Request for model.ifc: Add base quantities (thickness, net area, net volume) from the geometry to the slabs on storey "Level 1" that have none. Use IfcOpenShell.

First a look at what the model holds.

```python
import ifcopenshell
import ifcopenshell.util.element
import ifcopenshell.util.unit

model = ifcopenshell.open("model.ifc")
print(model.schema)
for unit_type in ("LENGTHUNIT", "AREAUNIT", "VOLUMEUNIT"):
    print(unit_type, ifcopenshell.util.unit.calculate_unit_scale(model, unit_type))
storey = next(s for s in model.by_type("IfcBuildingStorey") if s.Name == "Level 1")
slabs = [e for e in ifcopenshell.util.element.get_decomposition(storey) if e.is_a("IfcSlab")]
for e in sorted(slabs, key=lambda e: e.id()):
    print(e.id(), e.is_a(), e.Name, list(ifcopenshell.util.element.get_psets(e, qtos_only=True)), sep=" | ")
```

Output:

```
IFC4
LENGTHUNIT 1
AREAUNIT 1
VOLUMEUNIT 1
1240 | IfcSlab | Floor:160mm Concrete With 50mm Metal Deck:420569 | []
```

```python
import ifcopenshell
import ifcopenshell.api.pset
import ifcopenshell.geom
import ifcopenshell.util.element
import ifcopenshell.util.shape
import ifcopenshell.util.unit

model = ifcopenshell.open("model.ifc")
unit_scale = ifcopenshell.util.unit.calculate_unit_scale(model)
area_scale = ifcopenshell.util.unit.calculate_unit_scale(model, "AREAUNIT")
volume_scale = ifcopenshell.util.unit.calculate_unit_scale(model, "VOLUMEUNIT")
settings = ifcopenshell.geom.settings()

storey = next(s for s in model.by_type("IfcBuildingStorey") if s.Name == "Level 1")
slabs = [e for e in ifcopenshell.util.element.get_decomposition(storey) if e.is_a("IfcSlab")]

for e in sorted(slabs, key=lambda e: e.id()):
    if ifcopenshell.util.element.get_psets(e, qtos_only=True, should_inherit=False):
        continue
    # Geometry comes back in metres, in the element's own axes.
    shape = ifcopenshell.geom.create_shape(settings, e)
    values = {
        "Width": ifcopenshell.util.shape.get_z(shape.geometry) / unit_scale,
        "NetArea": ifcopenshell.util.shape.get_footprint_area(shape.geometry) / area_scale,
        "NetVolume": ifcopenshell.util.shape.get_volume(shape.geometry) / volume_scale,
    }
    qto = ifcopenshell.api.pset.add_qto(model, product=e, name="Qto_SlabBaseQuantities")
    ifcopenshell.api.pset.edit_qto(model, qto=qto, properties=values)
    print(e.id(), {k: round(v, 3) for k, v in values.items()})

model.write("model_edited.ifc")
```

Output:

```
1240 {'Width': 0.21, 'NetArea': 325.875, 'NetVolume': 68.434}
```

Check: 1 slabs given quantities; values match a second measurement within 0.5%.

# [Task goal]
Every line of the listing must be transcribed exactly.

# [Answer]
Request for model.ifc: Add base quantities (thickness, net area, net volume) from the geometry to the slabs on storey "Level 1" that have none. Use IfcOpenShell.

First a look at what the model holds.

```python
import ifcopenshell
import ifcopenshell.util.element
import ifcopenshell.util.unit

model = ifcopenshell.open("model.ifc")
print(model.schema)
for unit_type in ("LENGTHUNIT", "AREAUNIT", "VOLUMEUNIT"):
    print(unit_type, ifcopenshell.util.unit.calculate_unit_scale(model, unit_type))
storey = next(s for s in model.by_type("IfcBuildingStorey") if s.Name == "Level 1")
slabs = [e for e in ifcopenshell.util.element.get_decomposition(storey) if e.is_a("IfcSlab")]
for e in sorted(slabs, key=lambda e: e.id()):
    print(e.id(), e.is_a(), e.Name, list(ifcopenshell.util.element.get_psets(e, qtos_only=True)), sep=" | ")
```

Output:

```
IFC4
LENGTHUNIT 1
AREAUNIT 1
VOLUMEUNIT 1
1240 | IfcSlab | Floor:160mm Concrete With 50mm Metal Deck:420569 | []
```

```python
import ifcopenshell
import ifcopenshell.api.pset
import ifcopenshell.geom
import ifcopenshell.util.element
import ifcopenshell.util.shape
import ifcopenshell.util.unit

model = ifcopenshell.open("model.ifc")
unit_scale = ifcopenshell.util.unit.calculate_unit_scale(model)
area_scale = ifcopenshell.util.unit.calculate_unit_scale(model, "AREAUNIT")
volume_scale = ifcopenshell.util.unit.calculate_unit_scale(model, "VOLUMEUNIT")
settings = ifcopenshell.geom.settings()

storey = next(s for s in model.by_type("IfcBuildingStorey") if s.Name == "Level 1")
slabs = [e for e in ifcopenshell.util.element.get_decomposition(storey) if e.is_a("IfcSlab")]

for e in sorted(slabs, key=lambda e: e.id()):
    if ifcopenshell.util.element.get_psets(e, qtos_only=True, should_inherit=False):
        continue
    # Geometry comes back in metres, in the element's own axes.
    shape = ifcopenshell.geom.create_shape(settings, e)
    values = {
        "Width": ifcopenshell.util.shape.get_z(shape.geometry) / unit_scale,
        "NetArea": ifcopenshell.util.shape.get_footprint_area(shape.geometry) / area_scale,
        "NetVolume": ifcopenshell.util.shape.get_volume(shape.geometry) / volume_scale,
    }
    qto = ifcopenshell.api.pset.add_qto(model, product=e, name="Qto_SlabBaseQuantities")
    ifcopenshell.api.pset.edit_qto(model, qto=qto, properties=values)
    print(e.id(), {k: round(v, 3) for k, v in values.items()})

model.write("model_edited.ifc")
```

Output:

```
1240 {'Width': 0.21, 'NetArea': 325.875, 'NetVolume': 68.434}
```

Check: 1 slabs given quantities; values match a second measurement within 0.5%.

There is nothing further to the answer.